◆ Work to complete
Taking the line that contains "#207=IFCMATERIAL('Concrete, Cast-in-Place gray',$,$);" as the starting point, give again exactly every line up to and including the last line of the records below.

◆ Items from a dataset

□ □ □ □ □

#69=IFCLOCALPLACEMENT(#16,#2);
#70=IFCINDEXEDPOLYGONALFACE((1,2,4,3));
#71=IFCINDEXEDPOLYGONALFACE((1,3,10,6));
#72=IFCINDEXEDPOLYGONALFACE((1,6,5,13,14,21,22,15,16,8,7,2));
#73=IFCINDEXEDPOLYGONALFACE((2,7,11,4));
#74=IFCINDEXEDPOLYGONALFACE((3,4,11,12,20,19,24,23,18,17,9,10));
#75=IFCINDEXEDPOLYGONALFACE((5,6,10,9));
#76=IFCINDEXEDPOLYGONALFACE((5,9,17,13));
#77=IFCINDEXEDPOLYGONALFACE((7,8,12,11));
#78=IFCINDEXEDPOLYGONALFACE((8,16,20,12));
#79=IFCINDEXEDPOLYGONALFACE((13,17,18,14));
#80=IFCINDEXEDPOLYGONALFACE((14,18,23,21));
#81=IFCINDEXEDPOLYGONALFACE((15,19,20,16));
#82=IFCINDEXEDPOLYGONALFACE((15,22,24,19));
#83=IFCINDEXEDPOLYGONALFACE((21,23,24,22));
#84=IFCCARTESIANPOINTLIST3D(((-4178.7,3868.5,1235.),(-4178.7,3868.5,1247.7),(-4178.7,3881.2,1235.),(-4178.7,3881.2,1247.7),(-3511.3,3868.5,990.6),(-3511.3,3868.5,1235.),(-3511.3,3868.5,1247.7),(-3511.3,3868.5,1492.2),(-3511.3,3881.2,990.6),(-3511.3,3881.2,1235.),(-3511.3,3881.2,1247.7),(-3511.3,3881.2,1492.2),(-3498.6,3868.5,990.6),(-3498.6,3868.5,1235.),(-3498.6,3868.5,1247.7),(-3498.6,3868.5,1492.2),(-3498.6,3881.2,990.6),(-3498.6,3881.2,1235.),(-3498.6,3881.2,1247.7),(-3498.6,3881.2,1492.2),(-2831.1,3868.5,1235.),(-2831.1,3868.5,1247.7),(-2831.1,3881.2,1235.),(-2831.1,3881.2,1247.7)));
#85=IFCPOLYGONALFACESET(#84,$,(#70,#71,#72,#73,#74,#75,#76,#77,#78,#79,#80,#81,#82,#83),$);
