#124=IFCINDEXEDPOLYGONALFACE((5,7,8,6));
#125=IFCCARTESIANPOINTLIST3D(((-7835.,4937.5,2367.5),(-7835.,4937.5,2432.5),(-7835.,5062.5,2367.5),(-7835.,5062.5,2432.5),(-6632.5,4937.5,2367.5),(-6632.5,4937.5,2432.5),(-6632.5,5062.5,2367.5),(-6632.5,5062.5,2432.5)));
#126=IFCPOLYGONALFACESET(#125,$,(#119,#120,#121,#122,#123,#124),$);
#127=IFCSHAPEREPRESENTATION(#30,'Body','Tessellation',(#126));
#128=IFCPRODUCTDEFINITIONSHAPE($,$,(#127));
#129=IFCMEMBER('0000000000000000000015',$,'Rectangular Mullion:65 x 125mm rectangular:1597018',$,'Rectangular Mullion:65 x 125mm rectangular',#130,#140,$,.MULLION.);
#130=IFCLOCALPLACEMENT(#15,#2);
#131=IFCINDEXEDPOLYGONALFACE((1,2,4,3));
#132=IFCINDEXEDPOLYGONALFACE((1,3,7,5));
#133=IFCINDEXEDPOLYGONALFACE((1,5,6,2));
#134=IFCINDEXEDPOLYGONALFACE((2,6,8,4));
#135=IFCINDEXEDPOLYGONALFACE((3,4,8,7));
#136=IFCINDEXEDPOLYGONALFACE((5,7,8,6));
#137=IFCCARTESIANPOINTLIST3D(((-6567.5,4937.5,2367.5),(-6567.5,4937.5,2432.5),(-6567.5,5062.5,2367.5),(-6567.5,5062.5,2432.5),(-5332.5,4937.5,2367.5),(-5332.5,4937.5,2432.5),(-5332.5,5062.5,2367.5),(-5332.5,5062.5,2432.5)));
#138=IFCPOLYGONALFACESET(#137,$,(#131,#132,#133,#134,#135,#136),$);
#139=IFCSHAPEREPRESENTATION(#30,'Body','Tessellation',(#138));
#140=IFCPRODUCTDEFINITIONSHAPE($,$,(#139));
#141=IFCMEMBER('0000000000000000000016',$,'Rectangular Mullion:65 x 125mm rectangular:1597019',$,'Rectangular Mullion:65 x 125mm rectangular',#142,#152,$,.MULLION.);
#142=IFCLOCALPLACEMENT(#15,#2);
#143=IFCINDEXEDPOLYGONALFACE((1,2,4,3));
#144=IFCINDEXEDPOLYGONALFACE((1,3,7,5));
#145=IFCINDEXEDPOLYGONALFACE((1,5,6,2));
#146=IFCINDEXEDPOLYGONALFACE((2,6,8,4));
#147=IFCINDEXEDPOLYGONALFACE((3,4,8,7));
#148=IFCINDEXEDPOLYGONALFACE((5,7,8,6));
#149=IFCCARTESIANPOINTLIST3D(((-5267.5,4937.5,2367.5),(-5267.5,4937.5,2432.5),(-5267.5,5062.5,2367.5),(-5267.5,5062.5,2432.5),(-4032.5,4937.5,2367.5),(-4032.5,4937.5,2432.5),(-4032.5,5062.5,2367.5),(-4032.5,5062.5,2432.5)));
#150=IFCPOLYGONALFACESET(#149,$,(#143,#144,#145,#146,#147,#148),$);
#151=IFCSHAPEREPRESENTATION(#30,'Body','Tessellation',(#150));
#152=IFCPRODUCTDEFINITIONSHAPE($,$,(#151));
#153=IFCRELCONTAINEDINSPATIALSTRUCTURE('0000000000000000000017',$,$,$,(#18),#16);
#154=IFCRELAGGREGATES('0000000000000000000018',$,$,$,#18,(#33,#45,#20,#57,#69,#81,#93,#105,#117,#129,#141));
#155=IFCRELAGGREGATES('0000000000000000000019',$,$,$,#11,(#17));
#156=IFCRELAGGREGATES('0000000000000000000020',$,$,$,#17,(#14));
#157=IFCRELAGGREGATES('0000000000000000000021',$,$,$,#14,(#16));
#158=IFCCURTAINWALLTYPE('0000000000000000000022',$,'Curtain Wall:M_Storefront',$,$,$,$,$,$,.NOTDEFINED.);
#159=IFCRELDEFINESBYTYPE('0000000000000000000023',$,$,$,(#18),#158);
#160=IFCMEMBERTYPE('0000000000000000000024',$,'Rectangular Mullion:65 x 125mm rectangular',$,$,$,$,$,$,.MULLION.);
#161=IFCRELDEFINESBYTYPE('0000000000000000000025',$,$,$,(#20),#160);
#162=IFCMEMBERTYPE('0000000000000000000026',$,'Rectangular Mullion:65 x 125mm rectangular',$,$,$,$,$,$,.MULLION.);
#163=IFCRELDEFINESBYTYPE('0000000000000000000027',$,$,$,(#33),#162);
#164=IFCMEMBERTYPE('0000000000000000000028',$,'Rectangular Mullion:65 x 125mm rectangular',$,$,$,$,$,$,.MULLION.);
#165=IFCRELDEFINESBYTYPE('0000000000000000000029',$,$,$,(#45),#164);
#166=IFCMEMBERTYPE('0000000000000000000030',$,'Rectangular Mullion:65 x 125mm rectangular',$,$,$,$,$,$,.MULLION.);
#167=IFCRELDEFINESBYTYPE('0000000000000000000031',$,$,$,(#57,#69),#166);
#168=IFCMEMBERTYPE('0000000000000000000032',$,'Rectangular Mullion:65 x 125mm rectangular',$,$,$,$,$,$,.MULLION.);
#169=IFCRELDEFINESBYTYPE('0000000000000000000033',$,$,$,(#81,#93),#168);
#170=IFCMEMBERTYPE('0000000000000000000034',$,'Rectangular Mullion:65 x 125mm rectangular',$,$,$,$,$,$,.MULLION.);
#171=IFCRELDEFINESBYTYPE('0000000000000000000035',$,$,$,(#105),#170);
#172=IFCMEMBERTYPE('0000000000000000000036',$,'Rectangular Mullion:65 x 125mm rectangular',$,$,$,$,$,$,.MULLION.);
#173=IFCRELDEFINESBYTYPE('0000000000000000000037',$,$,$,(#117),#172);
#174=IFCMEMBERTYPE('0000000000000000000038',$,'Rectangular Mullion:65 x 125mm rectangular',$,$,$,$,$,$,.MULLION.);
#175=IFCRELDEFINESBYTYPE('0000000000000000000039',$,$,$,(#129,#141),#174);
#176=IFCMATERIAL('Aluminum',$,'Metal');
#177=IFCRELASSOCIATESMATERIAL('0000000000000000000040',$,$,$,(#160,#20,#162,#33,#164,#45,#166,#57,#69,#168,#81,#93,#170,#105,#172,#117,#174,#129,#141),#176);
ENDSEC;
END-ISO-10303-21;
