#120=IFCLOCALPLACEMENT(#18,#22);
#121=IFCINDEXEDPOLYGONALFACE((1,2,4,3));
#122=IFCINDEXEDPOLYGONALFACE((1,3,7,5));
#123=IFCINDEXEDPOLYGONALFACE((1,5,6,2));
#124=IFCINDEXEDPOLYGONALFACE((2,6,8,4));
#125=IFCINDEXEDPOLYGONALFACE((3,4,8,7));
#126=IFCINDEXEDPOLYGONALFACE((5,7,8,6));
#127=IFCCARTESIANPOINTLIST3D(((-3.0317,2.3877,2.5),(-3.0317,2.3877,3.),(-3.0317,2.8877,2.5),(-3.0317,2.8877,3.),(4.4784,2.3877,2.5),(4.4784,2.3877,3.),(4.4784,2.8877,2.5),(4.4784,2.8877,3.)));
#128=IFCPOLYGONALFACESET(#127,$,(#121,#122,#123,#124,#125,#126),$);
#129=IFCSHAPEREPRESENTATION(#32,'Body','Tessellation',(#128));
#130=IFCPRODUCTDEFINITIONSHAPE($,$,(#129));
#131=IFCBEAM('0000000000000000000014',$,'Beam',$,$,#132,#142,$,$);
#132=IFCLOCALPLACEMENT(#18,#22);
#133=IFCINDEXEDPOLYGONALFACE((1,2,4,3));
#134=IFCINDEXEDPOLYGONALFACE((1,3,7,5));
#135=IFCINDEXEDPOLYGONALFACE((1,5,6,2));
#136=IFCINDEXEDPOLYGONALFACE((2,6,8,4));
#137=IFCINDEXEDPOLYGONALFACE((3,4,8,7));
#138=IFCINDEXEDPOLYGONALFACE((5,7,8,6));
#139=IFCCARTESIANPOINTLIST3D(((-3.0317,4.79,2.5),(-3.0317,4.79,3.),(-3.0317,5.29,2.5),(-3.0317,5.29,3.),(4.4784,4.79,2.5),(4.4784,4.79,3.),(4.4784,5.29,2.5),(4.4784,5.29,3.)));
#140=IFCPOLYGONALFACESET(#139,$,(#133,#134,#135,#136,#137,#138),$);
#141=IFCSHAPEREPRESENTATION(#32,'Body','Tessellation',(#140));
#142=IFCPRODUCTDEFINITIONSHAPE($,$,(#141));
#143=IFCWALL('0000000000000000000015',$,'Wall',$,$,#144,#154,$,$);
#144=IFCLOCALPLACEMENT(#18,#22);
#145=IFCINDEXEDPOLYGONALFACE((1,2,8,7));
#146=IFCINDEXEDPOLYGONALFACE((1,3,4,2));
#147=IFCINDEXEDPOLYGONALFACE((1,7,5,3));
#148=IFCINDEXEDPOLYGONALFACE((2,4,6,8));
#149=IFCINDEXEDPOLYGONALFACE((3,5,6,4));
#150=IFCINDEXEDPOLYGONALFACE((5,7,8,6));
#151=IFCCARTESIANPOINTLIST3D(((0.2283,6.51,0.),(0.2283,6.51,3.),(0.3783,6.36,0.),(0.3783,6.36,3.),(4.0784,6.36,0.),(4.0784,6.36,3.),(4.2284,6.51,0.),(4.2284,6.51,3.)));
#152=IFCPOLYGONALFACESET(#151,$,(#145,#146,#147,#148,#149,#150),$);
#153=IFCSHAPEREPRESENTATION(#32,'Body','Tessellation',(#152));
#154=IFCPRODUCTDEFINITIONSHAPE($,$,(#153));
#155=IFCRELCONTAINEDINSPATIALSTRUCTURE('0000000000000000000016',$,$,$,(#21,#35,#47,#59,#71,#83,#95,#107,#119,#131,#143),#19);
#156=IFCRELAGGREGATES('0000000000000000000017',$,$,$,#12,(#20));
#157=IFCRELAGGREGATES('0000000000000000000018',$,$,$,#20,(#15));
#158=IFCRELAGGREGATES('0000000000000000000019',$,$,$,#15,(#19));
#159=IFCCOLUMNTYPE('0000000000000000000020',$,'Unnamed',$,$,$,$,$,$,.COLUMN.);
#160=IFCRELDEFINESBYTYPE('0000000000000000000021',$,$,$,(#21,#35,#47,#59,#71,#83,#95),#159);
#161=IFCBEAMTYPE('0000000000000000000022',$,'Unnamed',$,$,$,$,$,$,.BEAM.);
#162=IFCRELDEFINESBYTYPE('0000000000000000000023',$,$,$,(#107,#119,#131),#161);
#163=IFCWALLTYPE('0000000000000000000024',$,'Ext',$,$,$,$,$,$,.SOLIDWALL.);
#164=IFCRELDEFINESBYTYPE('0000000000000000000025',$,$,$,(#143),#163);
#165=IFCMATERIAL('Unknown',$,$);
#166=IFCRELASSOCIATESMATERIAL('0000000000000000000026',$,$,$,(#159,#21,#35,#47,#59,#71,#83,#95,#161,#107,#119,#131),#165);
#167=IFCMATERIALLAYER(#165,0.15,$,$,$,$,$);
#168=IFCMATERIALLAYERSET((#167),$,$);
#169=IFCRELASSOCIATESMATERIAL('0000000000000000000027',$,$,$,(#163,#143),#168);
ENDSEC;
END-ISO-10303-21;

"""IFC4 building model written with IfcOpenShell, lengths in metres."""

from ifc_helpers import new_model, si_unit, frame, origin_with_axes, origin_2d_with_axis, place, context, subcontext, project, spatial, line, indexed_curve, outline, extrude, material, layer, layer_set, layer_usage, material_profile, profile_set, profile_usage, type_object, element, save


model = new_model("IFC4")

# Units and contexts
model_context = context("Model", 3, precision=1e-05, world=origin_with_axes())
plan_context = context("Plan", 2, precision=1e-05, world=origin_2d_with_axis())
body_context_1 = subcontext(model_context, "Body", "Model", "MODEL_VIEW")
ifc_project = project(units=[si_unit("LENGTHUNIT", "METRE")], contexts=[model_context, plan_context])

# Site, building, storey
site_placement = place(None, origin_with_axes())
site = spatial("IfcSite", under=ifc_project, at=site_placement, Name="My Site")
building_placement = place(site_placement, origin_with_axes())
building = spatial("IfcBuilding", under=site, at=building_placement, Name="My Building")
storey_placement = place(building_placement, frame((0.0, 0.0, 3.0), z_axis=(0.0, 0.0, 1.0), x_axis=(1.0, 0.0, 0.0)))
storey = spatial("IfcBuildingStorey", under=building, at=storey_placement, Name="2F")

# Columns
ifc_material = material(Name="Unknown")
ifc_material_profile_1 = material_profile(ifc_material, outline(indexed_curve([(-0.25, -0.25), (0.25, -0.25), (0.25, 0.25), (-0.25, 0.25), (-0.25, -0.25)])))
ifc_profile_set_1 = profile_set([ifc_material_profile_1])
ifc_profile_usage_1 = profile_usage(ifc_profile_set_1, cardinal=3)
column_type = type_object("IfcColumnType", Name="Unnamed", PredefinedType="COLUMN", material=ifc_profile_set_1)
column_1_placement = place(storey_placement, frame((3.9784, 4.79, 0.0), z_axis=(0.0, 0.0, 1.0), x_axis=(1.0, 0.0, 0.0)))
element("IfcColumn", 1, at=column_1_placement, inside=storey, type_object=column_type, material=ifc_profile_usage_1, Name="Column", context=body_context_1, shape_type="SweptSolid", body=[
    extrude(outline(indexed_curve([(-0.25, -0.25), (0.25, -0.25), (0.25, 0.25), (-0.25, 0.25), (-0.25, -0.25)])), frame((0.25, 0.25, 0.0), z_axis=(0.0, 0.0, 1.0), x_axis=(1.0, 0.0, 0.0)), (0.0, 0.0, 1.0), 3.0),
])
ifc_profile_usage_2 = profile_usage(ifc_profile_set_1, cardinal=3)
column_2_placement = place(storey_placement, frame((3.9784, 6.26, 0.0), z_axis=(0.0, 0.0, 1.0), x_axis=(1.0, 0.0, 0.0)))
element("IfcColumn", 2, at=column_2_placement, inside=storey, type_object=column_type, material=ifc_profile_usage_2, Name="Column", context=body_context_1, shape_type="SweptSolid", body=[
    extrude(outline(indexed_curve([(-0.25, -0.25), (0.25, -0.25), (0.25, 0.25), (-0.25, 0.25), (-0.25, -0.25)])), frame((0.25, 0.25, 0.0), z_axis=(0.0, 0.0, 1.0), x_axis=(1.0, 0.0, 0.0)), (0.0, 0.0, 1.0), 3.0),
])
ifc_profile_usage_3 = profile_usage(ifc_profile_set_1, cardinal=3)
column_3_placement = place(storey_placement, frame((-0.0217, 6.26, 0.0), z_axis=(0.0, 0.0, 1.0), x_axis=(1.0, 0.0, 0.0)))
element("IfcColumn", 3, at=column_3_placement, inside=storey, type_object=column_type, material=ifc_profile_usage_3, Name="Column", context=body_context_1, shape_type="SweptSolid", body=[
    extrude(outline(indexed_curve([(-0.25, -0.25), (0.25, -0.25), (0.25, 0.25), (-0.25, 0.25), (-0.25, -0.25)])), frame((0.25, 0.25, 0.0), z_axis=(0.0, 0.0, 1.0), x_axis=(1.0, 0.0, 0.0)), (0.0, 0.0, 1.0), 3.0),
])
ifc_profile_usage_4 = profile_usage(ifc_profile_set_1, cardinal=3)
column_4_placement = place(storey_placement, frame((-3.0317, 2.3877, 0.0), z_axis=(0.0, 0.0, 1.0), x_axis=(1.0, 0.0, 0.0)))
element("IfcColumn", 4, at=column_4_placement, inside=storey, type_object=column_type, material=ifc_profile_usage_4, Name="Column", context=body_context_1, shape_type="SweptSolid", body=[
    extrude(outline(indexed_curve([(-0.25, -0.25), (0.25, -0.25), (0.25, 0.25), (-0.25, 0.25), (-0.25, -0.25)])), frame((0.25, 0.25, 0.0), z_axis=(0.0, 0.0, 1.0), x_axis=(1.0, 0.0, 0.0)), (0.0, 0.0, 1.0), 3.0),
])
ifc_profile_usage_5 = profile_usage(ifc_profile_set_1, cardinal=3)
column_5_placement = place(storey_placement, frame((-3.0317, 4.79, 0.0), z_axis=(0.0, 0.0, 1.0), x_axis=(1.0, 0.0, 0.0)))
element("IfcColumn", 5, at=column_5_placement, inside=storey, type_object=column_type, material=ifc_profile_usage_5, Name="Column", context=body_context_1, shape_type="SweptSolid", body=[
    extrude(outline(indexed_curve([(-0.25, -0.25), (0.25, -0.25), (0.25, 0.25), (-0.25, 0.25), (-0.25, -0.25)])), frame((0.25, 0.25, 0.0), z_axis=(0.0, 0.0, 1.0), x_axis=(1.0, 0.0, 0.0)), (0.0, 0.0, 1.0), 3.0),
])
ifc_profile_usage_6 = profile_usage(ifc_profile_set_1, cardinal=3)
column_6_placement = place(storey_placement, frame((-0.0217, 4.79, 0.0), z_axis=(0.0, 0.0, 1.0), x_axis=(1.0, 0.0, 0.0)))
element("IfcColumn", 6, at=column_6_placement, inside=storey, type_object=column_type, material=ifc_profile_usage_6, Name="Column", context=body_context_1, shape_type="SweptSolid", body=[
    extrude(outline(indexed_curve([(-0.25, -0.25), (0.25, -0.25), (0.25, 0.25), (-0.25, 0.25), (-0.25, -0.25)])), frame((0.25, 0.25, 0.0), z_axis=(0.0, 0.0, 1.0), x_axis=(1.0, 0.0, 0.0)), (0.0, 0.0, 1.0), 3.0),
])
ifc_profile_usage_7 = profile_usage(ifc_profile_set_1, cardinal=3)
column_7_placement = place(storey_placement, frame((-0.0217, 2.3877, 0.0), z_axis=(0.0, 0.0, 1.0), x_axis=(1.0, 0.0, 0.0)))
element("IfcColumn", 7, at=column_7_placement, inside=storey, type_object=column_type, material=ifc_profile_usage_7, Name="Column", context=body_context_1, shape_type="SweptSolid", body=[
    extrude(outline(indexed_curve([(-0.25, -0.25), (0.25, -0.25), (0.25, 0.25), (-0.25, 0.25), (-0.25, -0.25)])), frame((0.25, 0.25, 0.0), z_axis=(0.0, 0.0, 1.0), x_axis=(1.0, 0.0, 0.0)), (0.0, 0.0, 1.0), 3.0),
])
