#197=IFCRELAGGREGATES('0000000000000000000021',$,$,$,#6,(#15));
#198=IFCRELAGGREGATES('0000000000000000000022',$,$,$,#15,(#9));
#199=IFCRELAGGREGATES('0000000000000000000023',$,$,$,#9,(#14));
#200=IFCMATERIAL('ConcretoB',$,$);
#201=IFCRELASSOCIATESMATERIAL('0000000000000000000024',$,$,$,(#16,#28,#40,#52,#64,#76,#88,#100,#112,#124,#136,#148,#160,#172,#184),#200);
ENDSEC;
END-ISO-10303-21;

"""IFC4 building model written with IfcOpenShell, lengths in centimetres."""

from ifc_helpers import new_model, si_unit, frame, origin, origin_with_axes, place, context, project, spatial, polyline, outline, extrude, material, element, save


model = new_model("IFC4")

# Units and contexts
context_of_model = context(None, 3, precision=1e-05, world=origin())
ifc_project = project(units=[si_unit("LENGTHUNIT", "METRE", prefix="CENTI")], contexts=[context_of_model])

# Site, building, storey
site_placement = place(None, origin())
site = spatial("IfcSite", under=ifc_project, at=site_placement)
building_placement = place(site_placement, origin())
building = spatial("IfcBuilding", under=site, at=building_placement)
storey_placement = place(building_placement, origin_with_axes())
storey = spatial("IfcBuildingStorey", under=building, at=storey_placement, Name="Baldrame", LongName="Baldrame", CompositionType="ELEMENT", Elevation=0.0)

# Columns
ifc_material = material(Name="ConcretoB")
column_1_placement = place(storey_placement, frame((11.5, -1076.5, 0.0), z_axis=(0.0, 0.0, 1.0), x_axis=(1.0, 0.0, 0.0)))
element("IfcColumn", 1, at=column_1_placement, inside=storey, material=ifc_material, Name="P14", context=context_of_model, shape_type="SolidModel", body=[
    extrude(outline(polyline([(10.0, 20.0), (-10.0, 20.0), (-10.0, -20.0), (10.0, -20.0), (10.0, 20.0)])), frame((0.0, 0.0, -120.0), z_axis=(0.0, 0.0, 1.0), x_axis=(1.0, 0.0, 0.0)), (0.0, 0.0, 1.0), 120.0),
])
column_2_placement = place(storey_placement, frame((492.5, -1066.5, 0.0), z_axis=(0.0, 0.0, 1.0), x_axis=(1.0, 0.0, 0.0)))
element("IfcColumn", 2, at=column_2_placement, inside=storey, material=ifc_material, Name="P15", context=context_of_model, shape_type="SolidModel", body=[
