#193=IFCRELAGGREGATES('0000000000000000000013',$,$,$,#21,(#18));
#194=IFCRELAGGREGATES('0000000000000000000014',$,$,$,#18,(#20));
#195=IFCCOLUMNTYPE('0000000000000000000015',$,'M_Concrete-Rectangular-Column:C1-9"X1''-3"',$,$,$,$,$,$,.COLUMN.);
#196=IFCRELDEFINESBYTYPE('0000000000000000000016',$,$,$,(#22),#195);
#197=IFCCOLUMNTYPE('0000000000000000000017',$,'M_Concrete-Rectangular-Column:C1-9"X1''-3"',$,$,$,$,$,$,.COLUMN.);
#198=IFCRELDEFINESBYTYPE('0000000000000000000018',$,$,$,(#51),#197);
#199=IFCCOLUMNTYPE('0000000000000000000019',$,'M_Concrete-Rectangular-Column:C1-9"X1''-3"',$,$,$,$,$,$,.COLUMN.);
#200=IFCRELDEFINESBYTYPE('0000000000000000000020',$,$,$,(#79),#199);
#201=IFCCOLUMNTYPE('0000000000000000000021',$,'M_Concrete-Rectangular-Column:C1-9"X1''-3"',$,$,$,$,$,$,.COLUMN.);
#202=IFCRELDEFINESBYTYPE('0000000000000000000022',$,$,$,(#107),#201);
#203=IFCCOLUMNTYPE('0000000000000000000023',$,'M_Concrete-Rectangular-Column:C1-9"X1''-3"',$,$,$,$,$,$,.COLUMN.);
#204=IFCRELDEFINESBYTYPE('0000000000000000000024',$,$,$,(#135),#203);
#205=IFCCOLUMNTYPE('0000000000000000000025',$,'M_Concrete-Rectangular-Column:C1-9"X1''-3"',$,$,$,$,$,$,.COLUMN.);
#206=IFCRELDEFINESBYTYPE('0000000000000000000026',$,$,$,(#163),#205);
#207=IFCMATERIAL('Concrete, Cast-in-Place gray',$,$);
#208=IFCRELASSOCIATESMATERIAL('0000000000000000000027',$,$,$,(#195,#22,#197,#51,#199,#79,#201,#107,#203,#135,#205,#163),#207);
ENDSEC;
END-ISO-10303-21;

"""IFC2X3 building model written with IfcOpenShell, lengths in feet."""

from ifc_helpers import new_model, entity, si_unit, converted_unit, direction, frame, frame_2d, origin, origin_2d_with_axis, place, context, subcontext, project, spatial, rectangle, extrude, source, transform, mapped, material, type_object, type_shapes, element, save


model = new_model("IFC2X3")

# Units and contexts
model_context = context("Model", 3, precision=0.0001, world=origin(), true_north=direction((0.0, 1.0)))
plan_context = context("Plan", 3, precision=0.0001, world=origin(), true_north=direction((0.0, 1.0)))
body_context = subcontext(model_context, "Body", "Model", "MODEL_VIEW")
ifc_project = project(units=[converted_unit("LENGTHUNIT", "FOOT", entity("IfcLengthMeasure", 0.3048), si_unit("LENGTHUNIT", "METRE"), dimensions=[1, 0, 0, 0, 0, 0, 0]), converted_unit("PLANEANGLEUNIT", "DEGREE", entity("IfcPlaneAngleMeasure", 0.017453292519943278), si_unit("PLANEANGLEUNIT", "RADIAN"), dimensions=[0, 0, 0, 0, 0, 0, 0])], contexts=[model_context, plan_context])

□ □ □ □ □

◆ Problem solution
#207=IFCMATERIAL('Concrete, Cast-in-Place gray',$,$);
#208=IFCRELASSOCIATESMATERIAL('0000000000000000000027',$,$,$,(#195,#22,#197,#51,#199,#79,#201,#107,#203,#135,#205,#163),#207);
ENDSEC;
END-ISO-10303-21;

"""IFC2X3 building model written with IfcOpenShell, lengths in feet."""

from ifc_helpers import new_model, entity, si_unit, converted_unit, direction, frame, frame_2d, origin, origin_2d_with_axis, place, context, subcontext, project, spatial, rectangle, extrude, source, transform, mapped, material, type_object, type_shapes, element, save


model = new_model("IFC2X3")

# Units and contexts
model_context = context("Model", 3, precision=0.0001, world=origin(), true_north=direction((0.0, 1.0)))
plan_context = context("Plan", 3, precision=0.0001, world=origin(), true_north=direction((0.0, 1.0)))
body_context = subcontext(model_context, "Body", "Model", "MODEL_VIEW")
ifc_project = project(units=[converted_unit("LENGTHUNIT", "FOOT", entity("IfcLengthMeasure", 0.3048), si_unit("LENGTHUNIT", "METRE"), dimensions=[1, 0, 0, 0, 0, 0, 0]), converted_unit("PLANEANGLEUNIT", "DEGREE", entity("IfcPlaneAngleMeasure", 0.017453292519943278), si_unit("PLANEANGLEUNIT", "RADIAN"), dimensions=[0, 0, 0, 0, 0, 0, 0])], contexts=[model_context, plan_context])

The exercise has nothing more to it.